Demikian juga dengan makanan dan minuman bagi jiwa kita. Banyak buku filosofi dan psikologi menawarkan ‘solusi’ mengatasi stres dan depresi, makanan dan minuman yang rohani. Tetapi kita perlu sangat waspada dan berhati-hati, jangan sampai tertipu dengan damai yang palsu dan sementara. Seperti makanan lezat dan minuman yang rasanya menyegarkan, efek jangka panjangnya malah bisa memperparah penyakit.

Juga, agama-agama berlomba-lomba memberikan makanan yang, katanya, rohani dan menyegarkan jiwa. Bahkan ada yang mengaku nabi yang menuliskan kitab yang lebih sempurna, ternyata mengajarkan kekerasan untuk melampiaskan stres dan depresinya. Atau bahkan sampai melakukan bunuh diri sambil membunuh banyak orang juga, katanya akan mendapatkan kebahagiaan yang kekal.

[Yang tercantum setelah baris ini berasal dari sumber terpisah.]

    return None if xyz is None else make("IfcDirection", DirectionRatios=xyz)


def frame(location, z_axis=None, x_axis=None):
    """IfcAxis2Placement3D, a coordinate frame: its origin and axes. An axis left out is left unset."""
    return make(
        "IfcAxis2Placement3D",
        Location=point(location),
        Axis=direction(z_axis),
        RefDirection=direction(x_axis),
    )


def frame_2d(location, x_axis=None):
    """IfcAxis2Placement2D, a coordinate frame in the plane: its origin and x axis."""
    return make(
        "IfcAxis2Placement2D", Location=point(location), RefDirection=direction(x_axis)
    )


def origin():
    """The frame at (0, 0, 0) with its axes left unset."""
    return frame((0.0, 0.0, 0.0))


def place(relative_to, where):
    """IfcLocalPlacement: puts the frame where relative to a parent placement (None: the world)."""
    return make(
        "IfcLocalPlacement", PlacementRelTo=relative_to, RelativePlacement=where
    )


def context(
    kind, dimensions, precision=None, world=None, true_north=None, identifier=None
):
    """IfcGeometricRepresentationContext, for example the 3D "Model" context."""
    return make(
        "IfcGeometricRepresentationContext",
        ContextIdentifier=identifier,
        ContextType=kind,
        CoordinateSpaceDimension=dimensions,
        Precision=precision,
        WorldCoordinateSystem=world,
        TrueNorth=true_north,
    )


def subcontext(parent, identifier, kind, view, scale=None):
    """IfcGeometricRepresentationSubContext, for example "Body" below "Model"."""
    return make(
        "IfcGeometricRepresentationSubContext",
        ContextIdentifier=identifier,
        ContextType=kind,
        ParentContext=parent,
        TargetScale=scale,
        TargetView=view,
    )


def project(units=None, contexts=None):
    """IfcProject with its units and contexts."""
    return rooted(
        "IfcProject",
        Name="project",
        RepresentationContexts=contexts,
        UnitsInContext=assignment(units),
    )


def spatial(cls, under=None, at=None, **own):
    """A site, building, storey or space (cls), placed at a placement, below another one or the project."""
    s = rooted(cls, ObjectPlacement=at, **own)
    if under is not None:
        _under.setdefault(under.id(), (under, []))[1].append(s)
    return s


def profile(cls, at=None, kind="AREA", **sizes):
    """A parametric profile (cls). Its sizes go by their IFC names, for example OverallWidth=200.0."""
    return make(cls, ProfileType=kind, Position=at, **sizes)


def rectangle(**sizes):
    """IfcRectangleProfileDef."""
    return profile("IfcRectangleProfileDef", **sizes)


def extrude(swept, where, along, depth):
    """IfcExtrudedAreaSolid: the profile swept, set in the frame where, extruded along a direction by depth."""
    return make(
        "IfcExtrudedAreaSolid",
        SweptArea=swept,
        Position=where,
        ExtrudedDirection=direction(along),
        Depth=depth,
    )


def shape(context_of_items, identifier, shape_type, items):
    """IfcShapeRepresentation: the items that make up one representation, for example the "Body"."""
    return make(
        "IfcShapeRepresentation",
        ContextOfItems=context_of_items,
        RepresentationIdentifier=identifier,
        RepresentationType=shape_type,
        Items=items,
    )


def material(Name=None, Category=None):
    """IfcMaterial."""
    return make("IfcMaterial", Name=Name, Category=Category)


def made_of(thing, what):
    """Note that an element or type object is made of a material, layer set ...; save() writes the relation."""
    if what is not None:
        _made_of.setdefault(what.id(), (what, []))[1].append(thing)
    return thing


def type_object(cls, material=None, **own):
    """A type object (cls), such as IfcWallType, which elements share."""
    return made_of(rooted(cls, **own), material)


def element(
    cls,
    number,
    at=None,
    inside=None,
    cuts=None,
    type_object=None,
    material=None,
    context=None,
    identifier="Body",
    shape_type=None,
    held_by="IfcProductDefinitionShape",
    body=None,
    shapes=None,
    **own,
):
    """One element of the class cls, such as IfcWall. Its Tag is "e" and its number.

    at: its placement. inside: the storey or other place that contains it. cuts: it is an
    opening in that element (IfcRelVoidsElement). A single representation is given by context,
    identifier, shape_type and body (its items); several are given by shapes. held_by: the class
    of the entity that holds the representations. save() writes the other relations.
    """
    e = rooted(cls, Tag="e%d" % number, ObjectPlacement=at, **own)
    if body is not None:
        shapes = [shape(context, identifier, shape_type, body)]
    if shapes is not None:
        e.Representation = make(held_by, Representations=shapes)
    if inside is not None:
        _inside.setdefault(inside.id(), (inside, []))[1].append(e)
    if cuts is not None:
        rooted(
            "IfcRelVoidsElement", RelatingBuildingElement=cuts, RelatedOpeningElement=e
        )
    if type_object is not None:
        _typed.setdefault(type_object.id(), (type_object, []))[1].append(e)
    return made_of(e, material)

Waspada dan berhati-hatilah! Seperti Coca-cola yang memang terasa menyegarkan, tetapi jangka panjangnya memberikan efek sebaliknya, merusak. Demikian juga dengan Agama Coca-cola, bisa saja memberikan perasaaan damai sentosa untuk sementara waktu. Bahkan beberapa orang ‘kecanduan’ dengan ritual-ritual ibadah yang memberikan rasa damai yang palsu dan sementara. Seperti juga disebut dengan cukup tepat oleh Karl Marx, ” Die Religion … ist das Opium des Volkes,” (Religion is the opium of the people, Agama adalah opium bagi masyarakat.) Ya, banyak agama menjual ritual-ritual (yoga, meditasi, spiritualisme, puterin kotak, macam-macam gaya sembah, dsb.) yang memang bisa memberikan rasa tenang damai yang sementara. Seperti opium, orang-orang akan terus kembali lagi untuk melakukan ritual-ritual tersebut (bahkan, seperti opium, seringkali ritualnya harus dibayar sangat mahal) agar mendapatkan rasa tenang dan damai yang mereka inginkan.

Kolose 2
16. Karena itu janganlah kamu biarkan orang menghukum kamu mengenai makanan dan minuman atau mengenai hari raya, bulan baru ataupun hari Sabat;
17. semuanya ini hanyalah bayangan dari apa yang harus datang, sedang wujudnya ialah Kristus.
18. Janganlah kamu biarkan kemenanganmu digagalkan oleh orang yang pura-pura merendahkan diri dan beribadah kepada malaikat, serta berkanjang pada penglihatan-penglihatan dan tanpa alasan membesar-besarkan diri oleh pikirannya yang duniawi,
19. sedang ia tidak berpegang teguh kepada Kepala, dari mana seluruh tubuh, yang ditunjang dan diikat menjadi satu oleh urat-urat dan sendi-sendi, menerima pertumbuhan ilahinya.
20. Apabila kamu telah mati bersama-sama dengan Kristus dan bebas dari roh-roh dunia, mengapakah kamu menaklukkan dirimu pada rupa-rupa peraturan, seolah-olah kamu masih hidup di dunia:
21. jangan jamah ini, jangan kecap itu, jangan sentuh ini;
22. semuanya itu hanya mengenai barang yang binasa oleh pemakaian dan hanya menurut perintah-perintah dan ajaran-ajaran manusia.
23. Peraturan-peraturan ini, walaupun nampaknya penuh hikmat dengan ibadah buatan sendiri, seperti merendahkan diri, menyiksa diri, tidak ada gunanya selain untuk memuaskan hidup duniawi.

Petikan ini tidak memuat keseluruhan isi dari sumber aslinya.